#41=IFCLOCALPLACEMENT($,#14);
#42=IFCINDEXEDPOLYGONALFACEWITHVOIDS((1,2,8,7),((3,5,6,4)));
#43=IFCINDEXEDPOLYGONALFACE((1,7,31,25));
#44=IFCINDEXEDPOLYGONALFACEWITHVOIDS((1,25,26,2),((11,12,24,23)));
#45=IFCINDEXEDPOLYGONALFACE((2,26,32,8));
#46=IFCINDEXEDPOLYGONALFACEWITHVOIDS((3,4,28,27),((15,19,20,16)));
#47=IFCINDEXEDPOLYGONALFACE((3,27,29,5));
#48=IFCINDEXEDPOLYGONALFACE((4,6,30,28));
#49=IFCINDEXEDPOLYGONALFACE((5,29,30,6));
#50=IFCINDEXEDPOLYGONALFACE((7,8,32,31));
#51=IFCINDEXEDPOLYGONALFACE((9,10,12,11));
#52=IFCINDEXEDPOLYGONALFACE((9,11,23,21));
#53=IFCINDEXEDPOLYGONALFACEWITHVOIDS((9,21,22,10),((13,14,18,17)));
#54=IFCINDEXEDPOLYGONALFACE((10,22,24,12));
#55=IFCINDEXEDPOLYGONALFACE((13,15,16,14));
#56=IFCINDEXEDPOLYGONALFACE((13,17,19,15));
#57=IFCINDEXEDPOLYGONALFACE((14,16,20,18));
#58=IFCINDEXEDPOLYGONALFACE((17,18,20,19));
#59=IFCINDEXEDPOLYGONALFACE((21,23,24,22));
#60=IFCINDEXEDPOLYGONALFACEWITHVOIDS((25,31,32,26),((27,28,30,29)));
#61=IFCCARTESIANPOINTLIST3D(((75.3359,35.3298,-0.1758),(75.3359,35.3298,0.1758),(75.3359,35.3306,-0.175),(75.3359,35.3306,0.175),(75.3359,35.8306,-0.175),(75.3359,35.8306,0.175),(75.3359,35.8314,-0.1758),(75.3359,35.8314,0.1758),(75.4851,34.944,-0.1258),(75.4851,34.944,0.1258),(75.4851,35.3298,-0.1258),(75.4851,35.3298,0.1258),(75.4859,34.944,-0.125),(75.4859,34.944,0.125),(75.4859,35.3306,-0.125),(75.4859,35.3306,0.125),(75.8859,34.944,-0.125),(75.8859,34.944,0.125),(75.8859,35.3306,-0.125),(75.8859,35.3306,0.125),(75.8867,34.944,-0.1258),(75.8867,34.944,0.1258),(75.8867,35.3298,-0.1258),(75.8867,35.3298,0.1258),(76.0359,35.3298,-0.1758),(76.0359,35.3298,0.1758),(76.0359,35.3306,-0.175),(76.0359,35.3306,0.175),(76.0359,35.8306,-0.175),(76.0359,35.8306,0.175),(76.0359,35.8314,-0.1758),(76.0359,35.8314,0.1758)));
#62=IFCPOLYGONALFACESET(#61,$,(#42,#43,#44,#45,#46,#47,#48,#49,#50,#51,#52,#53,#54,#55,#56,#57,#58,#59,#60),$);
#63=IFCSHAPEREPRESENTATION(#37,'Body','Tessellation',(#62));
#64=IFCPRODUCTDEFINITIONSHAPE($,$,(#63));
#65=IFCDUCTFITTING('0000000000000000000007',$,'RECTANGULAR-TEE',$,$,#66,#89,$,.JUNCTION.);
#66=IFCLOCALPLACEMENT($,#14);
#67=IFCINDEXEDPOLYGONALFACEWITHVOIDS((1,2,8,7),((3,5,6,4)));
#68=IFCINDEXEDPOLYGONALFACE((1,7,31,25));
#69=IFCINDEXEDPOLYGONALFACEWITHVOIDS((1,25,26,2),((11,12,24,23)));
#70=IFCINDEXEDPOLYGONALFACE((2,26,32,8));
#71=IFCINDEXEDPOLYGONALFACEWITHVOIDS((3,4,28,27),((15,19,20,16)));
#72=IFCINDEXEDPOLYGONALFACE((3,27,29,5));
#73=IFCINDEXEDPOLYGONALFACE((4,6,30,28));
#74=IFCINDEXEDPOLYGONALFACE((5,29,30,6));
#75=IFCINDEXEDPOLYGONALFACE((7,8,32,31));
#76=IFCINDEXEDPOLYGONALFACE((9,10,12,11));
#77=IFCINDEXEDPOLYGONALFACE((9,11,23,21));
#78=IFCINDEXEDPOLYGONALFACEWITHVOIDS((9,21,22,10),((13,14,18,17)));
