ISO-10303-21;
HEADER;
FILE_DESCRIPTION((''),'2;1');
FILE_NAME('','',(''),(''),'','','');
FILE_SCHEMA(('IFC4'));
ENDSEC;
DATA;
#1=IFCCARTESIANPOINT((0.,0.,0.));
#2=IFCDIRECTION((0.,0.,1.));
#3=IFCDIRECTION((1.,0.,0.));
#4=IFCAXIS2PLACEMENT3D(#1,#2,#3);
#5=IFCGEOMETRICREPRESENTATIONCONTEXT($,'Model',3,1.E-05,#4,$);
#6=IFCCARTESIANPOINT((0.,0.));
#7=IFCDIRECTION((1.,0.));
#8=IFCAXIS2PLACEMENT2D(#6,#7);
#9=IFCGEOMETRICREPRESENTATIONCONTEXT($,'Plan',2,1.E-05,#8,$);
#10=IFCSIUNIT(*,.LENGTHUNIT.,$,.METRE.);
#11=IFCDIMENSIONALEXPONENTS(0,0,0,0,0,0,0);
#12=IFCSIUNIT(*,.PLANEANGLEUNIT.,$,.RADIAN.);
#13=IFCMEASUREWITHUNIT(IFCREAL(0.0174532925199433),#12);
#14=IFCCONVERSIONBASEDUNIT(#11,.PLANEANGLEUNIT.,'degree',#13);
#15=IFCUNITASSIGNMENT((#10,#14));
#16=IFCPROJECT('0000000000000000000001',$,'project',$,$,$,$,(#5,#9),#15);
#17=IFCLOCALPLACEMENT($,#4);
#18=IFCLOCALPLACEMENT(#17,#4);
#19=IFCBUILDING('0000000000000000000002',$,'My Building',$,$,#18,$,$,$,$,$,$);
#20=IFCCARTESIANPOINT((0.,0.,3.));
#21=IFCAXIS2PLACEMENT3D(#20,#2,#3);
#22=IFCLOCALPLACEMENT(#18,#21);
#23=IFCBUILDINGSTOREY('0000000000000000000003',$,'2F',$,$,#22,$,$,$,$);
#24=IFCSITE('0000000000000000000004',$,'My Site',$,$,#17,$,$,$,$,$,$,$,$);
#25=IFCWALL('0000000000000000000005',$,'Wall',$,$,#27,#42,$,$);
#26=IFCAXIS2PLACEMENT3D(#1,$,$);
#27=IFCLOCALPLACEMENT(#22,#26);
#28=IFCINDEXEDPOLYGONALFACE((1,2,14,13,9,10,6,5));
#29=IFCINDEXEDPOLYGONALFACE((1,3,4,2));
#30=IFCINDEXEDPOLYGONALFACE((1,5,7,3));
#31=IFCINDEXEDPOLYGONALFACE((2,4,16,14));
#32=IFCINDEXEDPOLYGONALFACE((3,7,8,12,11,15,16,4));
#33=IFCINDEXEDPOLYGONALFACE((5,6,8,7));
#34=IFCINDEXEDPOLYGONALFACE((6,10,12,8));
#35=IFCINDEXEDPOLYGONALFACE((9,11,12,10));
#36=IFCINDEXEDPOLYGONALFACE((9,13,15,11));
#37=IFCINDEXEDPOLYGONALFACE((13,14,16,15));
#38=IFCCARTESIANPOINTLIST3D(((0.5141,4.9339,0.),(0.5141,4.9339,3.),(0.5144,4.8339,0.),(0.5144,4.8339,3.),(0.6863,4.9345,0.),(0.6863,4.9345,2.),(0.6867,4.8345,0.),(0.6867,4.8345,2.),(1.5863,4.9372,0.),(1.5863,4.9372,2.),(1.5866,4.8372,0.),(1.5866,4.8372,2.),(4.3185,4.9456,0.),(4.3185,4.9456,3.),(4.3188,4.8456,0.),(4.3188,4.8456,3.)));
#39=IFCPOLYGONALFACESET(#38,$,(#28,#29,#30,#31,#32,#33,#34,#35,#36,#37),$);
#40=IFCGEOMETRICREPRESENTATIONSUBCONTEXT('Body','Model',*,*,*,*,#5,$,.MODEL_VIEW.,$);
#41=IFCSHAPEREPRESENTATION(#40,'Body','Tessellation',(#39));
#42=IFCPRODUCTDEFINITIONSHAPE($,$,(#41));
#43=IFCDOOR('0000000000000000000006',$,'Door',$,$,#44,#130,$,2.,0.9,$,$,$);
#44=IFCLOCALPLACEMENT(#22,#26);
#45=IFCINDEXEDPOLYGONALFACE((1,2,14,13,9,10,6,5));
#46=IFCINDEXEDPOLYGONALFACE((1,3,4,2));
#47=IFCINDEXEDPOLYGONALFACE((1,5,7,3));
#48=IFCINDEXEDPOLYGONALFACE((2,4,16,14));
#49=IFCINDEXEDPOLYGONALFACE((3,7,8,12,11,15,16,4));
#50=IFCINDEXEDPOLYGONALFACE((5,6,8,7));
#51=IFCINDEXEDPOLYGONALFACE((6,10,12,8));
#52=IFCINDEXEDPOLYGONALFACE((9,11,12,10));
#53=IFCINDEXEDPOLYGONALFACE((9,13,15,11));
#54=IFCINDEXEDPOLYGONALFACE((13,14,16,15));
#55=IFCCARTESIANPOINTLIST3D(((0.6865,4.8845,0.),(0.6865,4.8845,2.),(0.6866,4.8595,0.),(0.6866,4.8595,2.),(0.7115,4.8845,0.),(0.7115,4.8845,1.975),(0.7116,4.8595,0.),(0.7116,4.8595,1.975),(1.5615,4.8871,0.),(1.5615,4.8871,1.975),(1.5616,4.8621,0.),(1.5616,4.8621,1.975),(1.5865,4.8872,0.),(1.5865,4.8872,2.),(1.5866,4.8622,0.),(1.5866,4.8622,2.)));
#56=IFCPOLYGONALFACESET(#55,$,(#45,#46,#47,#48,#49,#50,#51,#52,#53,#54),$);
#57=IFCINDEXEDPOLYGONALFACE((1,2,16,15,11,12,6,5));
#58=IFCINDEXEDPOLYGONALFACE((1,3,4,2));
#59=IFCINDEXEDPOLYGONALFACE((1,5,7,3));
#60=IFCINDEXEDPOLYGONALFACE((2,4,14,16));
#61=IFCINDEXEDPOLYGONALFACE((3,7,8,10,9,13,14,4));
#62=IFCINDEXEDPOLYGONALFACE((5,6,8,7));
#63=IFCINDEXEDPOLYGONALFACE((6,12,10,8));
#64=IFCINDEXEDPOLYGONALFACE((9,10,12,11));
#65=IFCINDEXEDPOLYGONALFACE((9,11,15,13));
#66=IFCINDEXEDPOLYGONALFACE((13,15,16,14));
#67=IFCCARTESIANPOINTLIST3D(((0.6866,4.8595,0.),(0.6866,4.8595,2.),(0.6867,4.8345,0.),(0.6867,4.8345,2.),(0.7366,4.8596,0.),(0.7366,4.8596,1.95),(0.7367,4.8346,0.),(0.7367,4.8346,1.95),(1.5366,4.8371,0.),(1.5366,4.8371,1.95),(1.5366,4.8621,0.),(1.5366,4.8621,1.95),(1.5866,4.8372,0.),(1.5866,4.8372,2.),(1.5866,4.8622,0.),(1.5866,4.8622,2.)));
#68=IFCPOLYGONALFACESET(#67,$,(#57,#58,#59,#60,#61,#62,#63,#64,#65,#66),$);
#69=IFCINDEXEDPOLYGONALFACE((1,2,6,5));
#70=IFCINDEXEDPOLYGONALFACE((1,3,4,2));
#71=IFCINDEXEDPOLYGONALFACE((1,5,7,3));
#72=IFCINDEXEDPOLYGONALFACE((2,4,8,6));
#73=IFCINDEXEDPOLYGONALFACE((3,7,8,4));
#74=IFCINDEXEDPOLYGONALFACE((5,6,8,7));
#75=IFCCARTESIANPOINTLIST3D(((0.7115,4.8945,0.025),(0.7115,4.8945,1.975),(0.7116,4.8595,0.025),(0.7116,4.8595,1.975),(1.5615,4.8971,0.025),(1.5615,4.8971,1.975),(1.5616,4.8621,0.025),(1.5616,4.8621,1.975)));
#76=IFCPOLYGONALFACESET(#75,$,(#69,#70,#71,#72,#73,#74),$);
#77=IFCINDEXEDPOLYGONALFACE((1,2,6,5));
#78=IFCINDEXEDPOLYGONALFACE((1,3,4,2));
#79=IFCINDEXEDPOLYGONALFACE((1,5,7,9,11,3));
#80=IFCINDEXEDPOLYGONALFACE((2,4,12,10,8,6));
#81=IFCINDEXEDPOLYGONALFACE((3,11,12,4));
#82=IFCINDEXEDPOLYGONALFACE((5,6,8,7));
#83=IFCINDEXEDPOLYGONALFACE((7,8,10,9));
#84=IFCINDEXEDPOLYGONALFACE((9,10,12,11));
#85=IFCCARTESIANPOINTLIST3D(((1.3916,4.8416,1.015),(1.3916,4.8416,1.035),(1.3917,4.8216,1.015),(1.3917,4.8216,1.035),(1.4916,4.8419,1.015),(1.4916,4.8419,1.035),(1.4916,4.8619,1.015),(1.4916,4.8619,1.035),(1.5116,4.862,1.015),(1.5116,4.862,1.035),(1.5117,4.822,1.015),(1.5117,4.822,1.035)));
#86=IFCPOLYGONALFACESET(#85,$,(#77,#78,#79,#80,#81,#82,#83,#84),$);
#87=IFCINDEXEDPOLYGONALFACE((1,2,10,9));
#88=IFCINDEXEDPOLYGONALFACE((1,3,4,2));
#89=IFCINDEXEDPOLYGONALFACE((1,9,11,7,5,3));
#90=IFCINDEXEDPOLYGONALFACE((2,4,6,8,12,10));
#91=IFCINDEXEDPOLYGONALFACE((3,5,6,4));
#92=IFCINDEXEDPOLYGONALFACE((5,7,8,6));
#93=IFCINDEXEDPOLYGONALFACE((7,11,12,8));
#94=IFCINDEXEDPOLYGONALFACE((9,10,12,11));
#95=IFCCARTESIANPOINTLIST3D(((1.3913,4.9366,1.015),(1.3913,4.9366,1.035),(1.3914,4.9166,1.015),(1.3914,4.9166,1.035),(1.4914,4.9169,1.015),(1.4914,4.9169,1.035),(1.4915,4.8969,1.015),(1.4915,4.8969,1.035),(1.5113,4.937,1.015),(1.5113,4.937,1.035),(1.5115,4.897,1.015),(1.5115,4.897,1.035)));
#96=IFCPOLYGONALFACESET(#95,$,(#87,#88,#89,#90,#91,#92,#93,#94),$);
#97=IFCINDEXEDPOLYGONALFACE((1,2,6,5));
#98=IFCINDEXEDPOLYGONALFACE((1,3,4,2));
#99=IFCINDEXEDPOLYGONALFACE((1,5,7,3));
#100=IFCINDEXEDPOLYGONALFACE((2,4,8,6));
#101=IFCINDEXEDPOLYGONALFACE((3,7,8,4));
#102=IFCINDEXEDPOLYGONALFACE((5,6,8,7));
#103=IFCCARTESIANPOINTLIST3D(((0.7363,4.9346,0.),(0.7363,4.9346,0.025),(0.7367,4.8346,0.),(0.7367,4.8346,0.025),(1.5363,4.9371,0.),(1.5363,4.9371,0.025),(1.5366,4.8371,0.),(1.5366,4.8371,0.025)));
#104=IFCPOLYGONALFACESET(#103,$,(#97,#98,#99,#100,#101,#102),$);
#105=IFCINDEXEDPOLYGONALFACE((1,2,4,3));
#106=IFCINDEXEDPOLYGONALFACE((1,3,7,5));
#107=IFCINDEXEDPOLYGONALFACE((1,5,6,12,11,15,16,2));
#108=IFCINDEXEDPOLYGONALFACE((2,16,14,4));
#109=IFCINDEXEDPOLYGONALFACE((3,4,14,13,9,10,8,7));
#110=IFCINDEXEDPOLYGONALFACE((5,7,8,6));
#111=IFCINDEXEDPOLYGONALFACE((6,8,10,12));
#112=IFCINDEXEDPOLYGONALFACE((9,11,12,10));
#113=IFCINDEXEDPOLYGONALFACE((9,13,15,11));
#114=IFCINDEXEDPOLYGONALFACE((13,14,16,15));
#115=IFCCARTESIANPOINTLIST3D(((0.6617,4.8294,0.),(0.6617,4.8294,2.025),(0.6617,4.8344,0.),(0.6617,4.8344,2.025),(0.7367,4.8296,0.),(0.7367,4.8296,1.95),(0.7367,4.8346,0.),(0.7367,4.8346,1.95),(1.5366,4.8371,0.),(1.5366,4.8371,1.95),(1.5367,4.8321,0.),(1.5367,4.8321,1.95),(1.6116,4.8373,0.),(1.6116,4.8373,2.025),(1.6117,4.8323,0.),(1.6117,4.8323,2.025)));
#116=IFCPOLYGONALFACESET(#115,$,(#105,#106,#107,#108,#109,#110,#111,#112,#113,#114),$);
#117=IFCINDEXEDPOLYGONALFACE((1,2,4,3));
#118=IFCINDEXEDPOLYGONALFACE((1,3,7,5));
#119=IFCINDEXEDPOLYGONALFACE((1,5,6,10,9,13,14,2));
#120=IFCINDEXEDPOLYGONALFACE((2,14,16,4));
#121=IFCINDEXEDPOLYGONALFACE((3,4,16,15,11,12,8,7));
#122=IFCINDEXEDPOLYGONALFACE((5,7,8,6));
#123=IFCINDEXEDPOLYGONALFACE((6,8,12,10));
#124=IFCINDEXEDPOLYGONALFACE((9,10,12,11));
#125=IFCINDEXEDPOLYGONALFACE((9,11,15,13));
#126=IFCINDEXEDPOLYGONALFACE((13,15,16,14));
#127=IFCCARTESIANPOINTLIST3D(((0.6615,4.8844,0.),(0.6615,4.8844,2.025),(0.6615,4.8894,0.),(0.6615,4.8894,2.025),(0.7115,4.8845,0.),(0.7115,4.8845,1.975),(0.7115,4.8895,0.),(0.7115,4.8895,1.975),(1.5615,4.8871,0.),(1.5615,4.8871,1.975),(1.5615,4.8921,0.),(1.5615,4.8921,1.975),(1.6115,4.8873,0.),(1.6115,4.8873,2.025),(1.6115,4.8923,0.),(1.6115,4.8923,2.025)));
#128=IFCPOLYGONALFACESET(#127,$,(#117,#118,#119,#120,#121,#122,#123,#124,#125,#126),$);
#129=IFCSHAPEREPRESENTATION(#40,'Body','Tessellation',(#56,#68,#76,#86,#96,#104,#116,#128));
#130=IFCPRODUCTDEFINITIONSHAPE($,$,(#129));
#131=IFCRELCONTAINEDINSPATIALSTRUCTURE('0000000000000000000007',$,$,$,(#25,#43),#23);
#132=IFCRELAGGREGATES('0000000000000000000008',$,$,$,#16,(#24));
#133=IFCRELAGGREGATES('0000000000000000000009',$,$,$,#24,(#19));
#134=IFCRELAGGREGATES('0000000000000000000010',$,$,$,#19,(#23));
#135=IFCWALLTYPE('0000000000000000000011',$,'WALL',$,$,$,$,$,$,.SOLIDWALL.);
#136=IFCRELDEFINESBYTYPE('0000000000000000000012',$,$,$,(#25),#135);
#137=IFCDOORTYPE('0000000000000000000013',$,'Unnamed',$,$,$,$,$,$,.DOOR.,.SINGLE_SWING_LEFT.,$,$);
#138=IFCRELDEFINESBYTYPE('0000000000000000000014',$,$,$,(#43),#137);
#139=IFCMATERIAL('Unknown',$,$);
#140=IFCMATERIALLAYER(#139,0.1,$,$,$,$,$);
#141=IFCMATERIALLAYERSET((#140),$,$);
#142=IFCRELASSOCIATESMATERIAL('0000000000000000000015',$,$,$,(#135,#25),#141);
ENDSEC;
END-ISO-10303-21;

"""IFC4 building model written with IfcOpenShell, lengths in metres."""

from ifc_helpers import new_model, entity, si_unit, converted_unit, frame, origin_with_axes, origin_2d_with_axis, place, context, subcontext, project, spatial, line, indexed_curve, outline, extrude, shape, source, transform, mapped, material, layer, layer_set, layer_usage, type_object, type_shapes, element, fill, save


model = new_model("IFC4")

# Units and contexts
model_context = context("Model", 3, precision=1e-05, world=origin_with_axes())
plan_context = context("Plan", 2, precision=1e-05, world=origin_2d_with_axis())
body_context_1 = subcontext(model_context, "Body", "Model", "MODEL_VIEW")
body_context_2 = subcontext(plan_context, "Body", "Plan", "PLAN_VIEW")
ifc_project = project(units=[si_unit("LENGTHUNIT", "METRE"), converted_unit("PLANEANGLEUNIT", "degree", entity("IfcReal", 0.0174532925199433), si_unit("PLANEANGLEUNIT", "RADIAN"), dimensions=[0, 0, 0, 0, 0, 0, 0])], contexts=[model_context, plan_context])

# Site, building, storey
site_placement = place(None, origin_with_axes())
site = spatial("IfcSite", under=ifc_project, at=site_placement, Name="My Site")
building_placement = place(site_placement, origin_with_axes())
building = spatial("IfcBuilding", under=site, at=building_placement, Name="My Building")
storey_placement = place(building_placement, frame((0.0, 0.0, 3.0), z_axis=(0.0, 0.0, 1.0), x_axis=(1.0, 0.0, 0.0)))
storey = spatial("IfcBuildingStorey", under=building, at=storey_placement, Name="2F")

# Shared definitions
ifc_material = material(Name="Unknown")

# Shared definitions
ifc_layer_1 = layer(ifc_material, 0.1)
ifc_layer_set_1 = layer_set([ifc_layer_1])
wall_type = type_object("IfcWallType", Name="WALL", PredefinedType="SOLIDWALL", material=ifc_layer_set_1)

• Exercise: In the listing above, start at the line with "#55=IFCINDEXEDPOLYGONALFACE((13,15,16,14));", go on through the line with "#75=IFCINDEXEDPOLYGONALFACE((7,8,32,31));", and copy each of those lines exactly; leave out all the rest.

• Task result:
#55=IFCINDEXEDPOLYGONALFACE((13,15,16,14));
#56=IFCINDEXEDPOLYGONALFACE((13,17,19,15));
#57=IFCINDEXEDPOLYGONALFACE((14,16,20,18));
#58=IFCINDEXEDPOLYGONALFACE((17,18,20,19));
#59=IFCINDEXEDPOLYGONALFACE((21,23,24,22));
#60=IFCINDEXEDPOLYGONALFACEWITHVOIDS((25,31,32,26),((27,28,30,29)));
#61=IFCCARTESIANPOINTLIST3D(((75.3359,35.3298,-0.1758),(75.3359,35.3298,0.1758),(75.3359,35.3306,-0.175),(75.3359,35.3306,0.175),(75.3359,35.8306,-0.175),(75.3359,35.8306,0.175),(75.3359,35.8314,-0.1758),(75.3359,35.8314,0.1758),(75.4851,34.944,-0.1258),(75.4851,34.944,0.1258),(75.4851,35.3298,-0.1258),(75.4851,35.3298,0.1258),(75.4859,34.944,-0.125),(75.4859,34.944,0.125),(75.4859,35.3306,-0.125),(75.4859,35.3306,0.125),(75.8859,34.944,-0.125),(75.8859,34.944,0.125),(75.8859,35.3306,-0.125),(75.8859,35.3306,0.125),(75.8867,34.944,-0.1258),(75.8867,34.944,0.1258),(75.8867,35.3298,-0.1258),(75.8867,35.3298,0.1258),(76.0359,35.3298,-0.1758),(76.0359,35.3298,0.1758),(76.0359,35.3306,-0.175),(76.0359,35.3306,0.175),(76.0359,35.8306,-0.175),(76.0359,35.8306,0.175),(76.0359,35.8314,-0.1758),(76.0359,35.8314,0.1758)));
#62=IFCPOLYGONALFACESET(#61,$,(#42,#43,#44,#45,#46,#47,#48,#49,#50,#51,#52,#53,#54,#55,#56,#57,#58,#59,#60),$);
#63=IFCSHAPEREPRESENTATION(#37,'Body','Tessellation',(#62));
#64=IFCPRODUCTDEFINITIONSHAPE($,$,(#63));
#65=IFCDUCTFITTING('0000000000000000000007',$,'RECTANGULAR-TEE',$,$,#66,#89,$,.JUNCTION.);
#66=IFCLOCALPLACEMENT($,#14);
#67=IFCINDEXEDPOLYGONALFACEWITHVOIDS((1,2,8,7),((3,5,6,4)));
#68=IFCINDEXEDPOLYGONALFACE((1,7,31,25));
#69=IFCINDEXEDPOLYGONALFACEWITHVOIDS((1,25,26,2),((11,12,24,23)));
#70=IFCINDEXEDPOLYGONALFACE((2,26,32,8));
#71=IFCINDEXEDPOLYGONALFACEWITHVOIDS((3,4,28,27),((15,19,20,16)));
#72=IFCINDEXEDPOLYGONALFACE((3,27,29,5));
#73=IFCINDEXEDPOLYGONALFACE((4,6,30,28));
#74=IFCINDEXEDPOLYGONALFACE((5,29,30,6));
#75=IFCINDEXEDPOLYGONALFACE((7,8,32,31));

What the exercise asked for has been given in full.